Using the answers to Question 1, the pendulum deflections and the hydrostatic data below calculate the GM and VCG of the vessel in the inclined condition.
Draught Amidships (Metres)
0.914
1.067
1.219
1.372
1.524
1.676
1.829
Displacement (Tonnes)
128.2
153.0
178.2
204.0
230.2
257.0
284.3
Block Coefficient
0.504
0.535
0.562
0.580
0.592
0.602
0.610
LCB from Transom (Metres)
14.833
15.048
15.198
15.302
15.370
15.411
15.430
LCF from Transom (Metres)
16.178
16.143
16.070
15.962
15.831
15.691
15.539
KB above Base (Metres)
0.501
0.579
0.658
0.737
0.8183
0.900
0.983
BMt (Metres)
3.905
3.382
2.982
2.669
2.418
2.213
2.042
KMt above Base (Metres)
4.355
3.908
3.590
3.362
3.196
3.076
2.991
BML (Metres)
64.033
56.545
51.169
47.253
44.282
41.874
39.959
KML above Base (Metres)
64.535
57.124
51.827
47.991
45.100
42.775
40.941
TPc (Tonnes/cm)
1.607
1.641
1.673
1.707
1.742
1.775
1.810
MTc (Tonne. Metres)
2.609
2.755
2.912
3.087
3.274
3.467
3.671
In the full load condition the vessel can carry 280 Tonnes of homogeneous cargo having an LCG of 16.55 Metres from the transom and 1.94 Metres above the keel. Calculate the draught, trim, position of the longitudinal and vertical centres of gravity for the loaded vessel? Using the KN data below prepare a GZ curve for the loaded vessel?
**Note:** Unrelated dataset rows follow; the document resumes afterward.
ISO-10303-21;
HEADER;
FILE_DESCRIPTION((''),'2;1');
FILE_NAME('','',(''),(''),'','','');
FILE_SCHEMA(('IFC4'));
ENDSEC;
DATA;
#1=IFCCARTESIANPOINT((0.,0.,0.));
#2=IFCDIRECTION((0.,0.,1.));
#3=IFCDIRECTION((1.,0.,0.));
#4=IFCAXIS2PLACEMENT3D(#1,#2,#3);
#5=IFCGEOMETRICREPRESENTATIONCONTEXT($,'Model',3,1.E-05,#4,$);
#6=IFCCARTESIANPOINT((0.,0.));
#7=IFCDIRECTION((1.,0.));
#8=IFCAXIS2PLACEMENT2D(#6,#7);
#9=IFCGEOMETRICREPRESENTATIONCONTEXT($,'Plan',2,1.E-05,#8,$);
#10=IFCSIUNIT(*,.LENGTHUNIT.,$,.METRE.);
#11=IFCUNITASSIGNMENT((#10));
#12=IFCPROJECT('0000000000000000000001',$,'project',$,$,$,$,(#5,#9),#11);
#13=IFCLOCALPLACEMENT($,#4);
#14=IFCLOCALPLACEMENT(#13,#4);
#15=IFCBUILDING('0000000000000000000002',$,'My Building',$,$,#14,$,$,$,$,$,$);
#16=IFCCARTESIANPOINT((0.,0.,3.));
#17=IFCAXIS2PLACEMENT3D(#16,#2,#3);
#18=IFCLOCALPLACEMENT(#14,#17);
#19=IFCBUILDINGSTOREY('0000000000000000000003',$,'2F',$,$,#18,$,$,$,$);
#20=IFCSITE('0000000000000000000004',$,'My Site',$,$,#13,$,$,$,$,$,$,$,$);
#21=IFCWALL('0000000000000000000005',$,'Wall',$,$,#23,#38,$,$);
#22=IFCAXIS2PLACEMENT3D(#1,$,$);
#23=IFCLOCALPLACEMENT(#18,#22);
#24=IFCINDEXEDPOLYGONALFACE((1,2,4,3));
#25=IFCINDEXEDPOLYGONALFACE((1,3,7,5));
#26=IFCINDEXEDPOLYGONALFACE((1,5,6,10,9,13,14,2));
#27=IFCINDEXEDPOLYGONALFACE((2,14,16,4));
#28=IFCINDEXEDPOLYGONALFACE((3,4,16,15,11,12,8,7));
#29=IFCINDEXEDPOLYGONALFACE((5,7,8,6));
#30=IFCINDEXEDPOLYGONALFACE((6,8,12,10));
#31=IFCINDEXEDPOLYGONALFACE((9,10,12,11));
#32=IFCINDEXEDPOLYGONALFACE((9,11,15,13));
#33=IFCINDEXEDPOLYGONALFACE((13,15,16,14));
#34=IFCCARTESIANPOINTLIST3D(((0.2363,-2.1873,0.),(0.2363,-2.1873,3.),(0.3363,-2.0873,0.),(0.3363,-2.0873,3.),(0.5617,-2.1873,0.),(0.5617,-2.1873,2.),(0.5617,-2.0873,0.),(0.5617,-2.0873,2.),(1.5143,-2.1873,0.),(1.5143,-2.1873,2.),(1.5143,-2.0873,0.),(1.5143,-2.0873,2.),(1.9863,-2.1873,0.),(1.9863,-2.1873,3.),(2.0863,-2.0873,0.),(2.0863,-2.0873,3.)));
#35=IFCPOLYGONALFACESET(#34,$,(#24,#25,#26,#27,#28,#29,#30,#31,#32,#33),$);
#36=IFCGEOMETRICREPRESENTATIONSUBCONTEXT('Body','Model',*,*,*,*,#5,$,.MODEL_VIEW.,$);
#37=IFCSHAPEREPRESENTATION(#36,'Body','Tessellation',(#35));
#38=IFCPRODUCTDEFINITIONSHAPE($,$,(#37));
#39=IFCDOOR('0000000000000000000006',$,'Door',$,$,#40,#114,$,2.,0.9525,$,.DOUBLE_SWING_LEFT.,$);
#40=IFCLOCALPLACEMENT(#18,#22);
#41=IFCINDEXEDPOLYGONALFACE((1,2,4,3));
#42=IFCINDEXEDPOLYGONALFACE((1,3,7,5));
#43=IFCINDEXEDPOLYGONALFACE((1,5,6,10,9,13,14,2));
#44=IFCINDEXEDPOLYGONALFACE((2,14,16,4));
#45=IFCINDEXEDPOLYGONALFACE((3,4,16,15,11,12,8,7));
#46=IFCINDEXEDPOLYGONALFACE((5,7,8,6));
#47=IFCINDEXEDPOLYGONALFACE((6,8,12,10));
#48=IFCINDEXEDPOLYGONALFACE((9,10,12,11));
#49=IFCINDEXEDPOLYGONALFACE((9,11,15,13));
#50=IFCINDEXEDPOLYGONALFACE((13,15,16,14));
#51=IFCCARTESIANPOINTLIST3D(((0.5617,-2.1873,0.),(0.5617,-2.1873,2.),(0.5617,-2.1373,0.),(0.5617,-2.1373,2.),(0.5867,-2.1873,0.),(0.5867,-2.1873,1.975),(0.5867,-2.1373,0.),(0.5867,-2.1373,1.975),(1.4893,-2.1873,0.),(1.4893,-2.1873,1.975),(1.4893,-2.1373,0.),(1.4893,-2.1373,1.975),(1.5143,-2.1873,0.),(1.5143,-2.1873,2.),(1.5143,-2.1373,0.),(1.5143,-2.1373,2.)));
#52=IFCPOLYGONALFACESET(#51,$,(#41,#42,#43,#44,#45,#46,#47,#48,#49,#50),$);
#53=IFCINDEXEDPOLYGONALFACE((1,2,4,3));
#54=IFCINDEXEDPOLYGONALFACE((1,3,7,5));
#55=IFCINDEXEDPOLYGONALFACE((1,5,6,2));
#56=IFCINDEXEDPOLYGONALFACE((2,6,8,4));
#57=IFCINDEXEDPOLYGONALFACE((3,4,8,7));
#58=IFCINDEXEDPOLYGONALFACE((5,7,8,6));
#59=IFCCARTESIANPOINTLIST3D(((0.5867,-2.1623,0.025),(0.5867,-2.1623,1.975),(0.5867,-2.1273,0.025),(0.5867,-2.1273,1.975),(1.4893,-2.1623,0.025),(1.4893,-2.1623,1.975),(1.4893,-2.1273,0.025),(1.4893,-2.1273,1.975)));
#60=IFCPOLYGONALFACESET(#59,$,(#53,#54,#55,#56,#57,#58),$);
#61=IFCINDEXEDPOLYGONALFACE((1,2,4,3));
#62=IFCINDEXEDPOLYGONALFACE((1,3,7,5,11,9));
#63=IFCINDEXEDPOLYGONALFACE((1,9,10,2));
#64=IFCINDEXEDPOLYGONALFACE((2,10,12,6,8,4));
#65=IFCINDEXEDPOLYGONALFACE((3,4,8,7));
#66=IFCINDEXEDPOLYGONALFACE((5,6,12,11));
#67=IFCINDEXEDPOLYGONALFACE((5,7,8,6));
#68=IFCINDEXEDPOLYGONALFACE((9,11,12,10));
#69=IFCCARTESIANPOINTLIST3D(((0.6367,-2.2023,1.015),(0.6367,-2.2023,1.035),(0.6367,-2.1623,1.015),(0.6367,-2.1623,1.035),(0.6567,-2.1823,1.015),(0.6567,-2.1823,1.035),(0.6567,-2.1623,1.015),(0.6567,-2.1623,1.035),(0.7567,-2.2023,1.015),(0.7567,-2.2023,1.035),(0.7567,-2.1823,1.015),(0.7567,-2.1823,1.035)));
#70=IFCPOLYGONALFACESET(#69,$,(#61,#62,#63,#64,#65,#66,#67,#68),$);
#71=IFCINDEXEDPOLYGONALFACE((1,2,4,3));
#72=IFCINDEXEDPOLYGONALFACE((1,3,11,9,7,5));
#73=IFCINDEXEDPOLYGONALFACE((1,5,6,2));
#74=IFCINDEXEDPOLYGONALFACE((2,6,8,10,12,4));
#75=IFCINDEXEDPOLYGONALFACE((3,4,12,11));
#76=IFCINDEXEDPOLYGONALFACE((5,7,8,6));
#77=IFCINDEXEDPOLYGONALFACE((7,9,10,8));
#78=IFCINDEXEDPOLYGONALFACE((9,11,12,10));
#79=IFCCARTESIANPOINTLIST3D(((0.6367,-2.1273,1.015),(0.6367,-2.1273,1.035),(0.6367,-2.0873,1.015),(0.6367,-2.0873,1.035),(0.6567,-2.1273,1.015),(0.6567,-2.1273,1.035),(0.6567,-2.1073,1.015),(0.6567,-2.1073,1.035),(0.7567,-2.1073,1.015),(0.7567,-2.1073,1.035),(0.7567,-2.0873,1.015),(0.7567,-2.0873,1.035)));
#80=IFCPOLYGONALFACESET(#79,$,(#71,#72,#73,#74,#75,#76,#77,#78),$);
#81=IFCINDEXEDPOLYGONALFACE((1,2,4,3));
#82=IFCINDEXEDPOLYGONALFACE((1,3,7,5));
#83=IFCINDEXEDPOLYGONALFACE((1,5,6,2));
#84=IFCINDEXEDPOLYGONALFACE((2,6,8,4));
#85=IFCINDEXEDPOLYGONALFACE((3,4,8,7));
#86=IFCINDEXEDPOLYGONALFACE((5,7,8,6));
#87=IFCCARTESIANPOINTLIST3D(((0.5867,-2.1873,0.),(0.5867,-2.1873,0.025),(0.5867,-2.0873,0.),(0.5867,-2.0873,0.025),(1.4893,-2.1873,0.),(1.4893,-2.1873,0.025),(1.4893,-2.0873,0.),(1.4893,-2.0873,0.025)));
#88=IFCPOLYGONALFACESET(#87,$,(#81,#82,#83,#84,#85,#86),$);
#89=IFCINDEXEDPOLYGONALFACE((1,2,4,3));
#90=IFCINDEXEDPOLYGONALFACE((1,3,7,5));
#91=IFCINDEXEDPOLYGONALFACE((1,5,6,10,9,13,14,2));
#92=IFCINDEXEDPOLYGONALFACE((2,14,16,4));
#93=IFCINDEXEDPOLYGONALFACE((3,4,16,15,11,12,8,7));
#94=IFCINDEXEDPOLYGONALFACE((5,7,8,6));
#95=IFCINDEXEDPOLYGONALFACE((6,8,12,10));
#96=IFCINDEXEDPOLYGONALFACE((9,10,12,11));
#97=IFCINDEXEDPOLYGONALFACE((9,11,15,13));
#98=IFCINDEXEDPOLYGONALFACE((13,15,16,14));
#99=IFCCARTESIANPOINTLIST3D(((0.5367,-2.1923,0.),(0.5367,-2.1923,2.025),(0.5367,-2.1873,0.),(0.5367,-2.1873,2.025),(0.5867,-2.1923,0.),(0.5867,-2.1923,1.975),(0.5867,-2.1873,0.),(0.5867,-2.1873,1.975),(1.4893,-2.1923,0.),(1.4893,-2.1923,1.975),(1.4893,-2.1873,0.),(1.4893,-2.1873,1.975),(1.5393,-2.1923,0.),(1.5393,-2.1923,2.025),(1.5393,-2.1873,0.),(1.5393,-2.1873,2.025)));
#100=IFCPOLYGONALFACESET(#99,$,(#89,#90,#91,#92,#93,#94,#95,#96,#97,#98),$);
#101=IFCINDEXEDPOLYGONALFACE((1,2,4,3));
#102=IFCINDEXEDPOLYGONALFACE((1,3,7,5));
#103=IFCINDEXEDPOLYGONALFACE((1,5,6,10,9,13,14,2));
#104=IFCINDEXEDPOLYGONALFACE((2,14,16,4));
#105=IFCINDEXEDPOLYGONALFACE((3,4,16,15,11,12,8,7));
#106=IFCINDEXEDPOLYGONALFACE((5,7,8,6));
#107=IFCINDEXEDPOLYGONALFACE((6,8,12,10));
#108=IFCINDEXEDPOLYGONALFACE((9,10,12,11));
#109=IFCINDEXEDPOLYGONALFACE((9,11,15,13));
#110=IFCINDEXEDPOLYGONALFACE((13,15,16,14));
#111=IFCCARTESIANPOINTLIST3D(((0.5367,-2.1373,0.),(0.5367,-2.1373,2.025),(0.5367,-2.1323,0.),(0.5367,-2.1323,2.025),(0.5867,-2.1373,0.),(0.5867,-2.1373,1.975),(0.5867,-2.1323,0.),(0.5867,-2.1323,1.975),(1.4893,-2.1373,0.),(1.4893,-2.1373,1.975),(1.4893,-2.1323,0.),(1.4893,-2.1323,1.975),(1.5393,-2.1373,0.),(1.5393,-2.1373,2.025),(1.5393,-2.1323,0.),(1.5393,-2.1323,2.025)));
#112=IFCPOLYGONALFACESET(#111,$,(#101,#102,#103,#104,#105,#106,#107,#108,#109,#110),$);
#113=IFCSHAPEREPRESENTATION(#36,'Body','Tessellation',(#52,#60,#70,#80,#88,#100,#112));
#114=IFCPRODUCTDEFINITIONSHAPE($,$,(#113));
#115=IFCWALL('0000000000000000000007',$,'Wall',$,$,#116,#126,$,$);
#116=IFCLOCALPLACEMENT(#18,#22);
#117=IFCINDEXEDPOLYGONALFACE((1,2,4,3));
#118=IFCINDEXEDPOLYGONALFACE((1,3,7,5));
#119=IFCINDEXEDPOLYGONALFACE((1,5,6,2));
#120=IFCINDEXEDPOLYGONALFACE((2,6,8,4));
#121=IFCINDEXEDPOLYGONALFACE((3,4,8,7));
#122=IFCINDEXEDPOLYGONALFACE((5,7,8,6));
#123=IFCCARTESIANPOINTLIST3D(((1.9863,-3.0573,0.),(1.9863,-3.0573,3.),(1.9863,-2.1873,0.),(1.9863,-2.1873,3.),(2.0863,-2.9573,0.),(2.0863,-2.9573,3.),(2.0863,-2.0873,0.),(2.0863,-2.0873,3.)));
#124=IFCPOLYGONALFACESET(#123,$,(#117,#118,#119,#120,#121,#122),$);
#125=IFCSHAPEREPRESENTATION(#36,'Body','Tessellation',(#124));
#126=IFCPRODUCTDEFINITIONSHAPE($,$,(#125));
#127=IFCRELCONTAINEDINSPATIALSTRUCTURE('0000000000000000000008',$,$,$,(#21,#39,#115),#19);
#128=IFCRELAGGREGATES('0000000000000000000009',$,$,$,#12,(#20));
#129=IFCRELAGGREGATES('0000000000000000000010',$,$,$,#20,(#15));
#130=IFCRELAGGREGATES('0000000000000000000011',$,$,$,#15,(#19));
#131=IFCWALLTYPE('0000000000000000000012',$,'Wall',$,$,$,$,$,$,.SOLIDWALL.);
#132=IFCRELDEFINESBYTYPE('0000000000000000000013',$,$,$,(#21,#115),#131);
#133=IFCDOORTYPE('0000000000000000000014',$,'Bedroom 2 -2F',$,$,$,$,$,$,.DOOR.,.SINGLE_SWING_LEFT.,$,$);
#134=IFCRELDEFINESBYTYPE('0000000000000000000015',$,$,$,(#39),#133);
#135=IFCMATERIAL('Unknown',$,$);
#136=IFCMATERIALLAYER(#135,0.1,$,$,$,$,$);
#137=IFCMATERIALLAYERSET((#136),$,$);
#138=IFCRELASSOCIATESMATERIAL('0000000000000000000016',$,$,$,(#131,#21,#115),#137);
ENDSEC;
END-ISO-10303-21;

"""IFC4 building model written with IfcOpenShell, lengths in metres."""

from ifc_helpers import new_model, entity, si_unit, frame, origin_with_axes, origin_2d_with_axis, place, context, subcontext, project, spatial, line, indexed_curve, outline, extrude, shape, source, transform, mapped, material, layer, layer_set, layer_usage, type_object, type_shapes, element, fill, save


model = new_model("IFC4")

# Units and contexts
model_context = context("Model", 3, precision=1e-05, world=origin_with_axes())
plan_context = context("Plan", 2, precision=1e-05, world=origin_2d_with_axis())
body_context_1 = subcontext(model_context, "Body", "Model", "MODEL_VIEW")
body_context_2 = subcontext(plan_context, "Body", "Plan", "PLAN_VIEW")
ifc_project = project(units=[si_unit("LENGTHUNIT", "METRE")], contexts=[model_context, plan_context])

# Site, building, storey
site_placement = place(None, origin_with_axes())
site = spatial("IfcSite", under=ifc_project, at=site_placement, Name="My Site")
building_placement = place(site_placement, origin_with_axes())
building = spatial("IfcBuilding", under=site, at=building_placement, Name="My Building")
storey_placement = place(building_placement, frame((0.0, 0.0, 3.0), z_axis=(0.0, 0.0, 1.0), x_axis=(1.0, 0.0, 0.0)))
storey = spatial("IfcBuildingStorey", under=building, at=storey_placement, Name="2F")

# Shared definitions
ifc_material = material(Name="Unknown")

# Shared definitions
ifc_layer_1 = layer(ifc_material, 0.1)
ifc_layer_set_1 = layer_set([ifc_layer_1])
wall_type = type_object("IfcWallType", Name="Wall", PredefinedType="SOLIDWALL", material=ifc_layer_set_1)

# Wall, opening, door
ifc_layer_usage_1 = layer_usage(ifc_layer_set_1, "AXIS2", "POSITIVE", 0.0)
wall_1_placement = place(storey_placement, frame((0.2363, -2.1873, 0.0), z_axis=(0.0, 0.0, 1.0), x_axis=(1.0, 0.0, 0.0)))
wall_1 = element("IfcWall", 1, at=wall_1_placement, inside=storey, type_object=wall_type, material=ifc_layer_usage_1, Name="Wall", context=body_context_1, shape_type="SweptSolid", body=[
    extrude(outline(indexed_curve([(0.0, 0.0), (0.1, 0.1), (1.85, 0.1), (1.75, 0.0)], segments=[line(1, 2, 3, 4, 1)])), origin_with_axes(), (0.0, 0.0, 1.0), 3.0),
])
shared_shape_1 = source(origin_with_axes(), body_context_1, "Body", "SweptSolid", [
    extrude(outline(indexed_curve([(0.0, 0.0), (0.9525, 0.0), (0.9525, 2.0), (0.0, 2.0)], segments=[line(1, 2, 3, 4, 1)])), frame((0.0, -0.6, 0.0), z_axis=(0.0, -1.0, 0.0), x_axis=(1.0, 0.0, 0.0)), (0.0, 0.0, -1.0), 1.2),
])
I will really appreciate any help on how to solve this questions.

Looking forwarda to a reply
Regards
Mike

 

Maybe it would be better if you showed us your attempts at the answers first,
including any working out, and we can then make comments.
It is not in our interest to help naval architecture students pass exams without
any effort. Imagine the type of bozos we would end up with in the profession!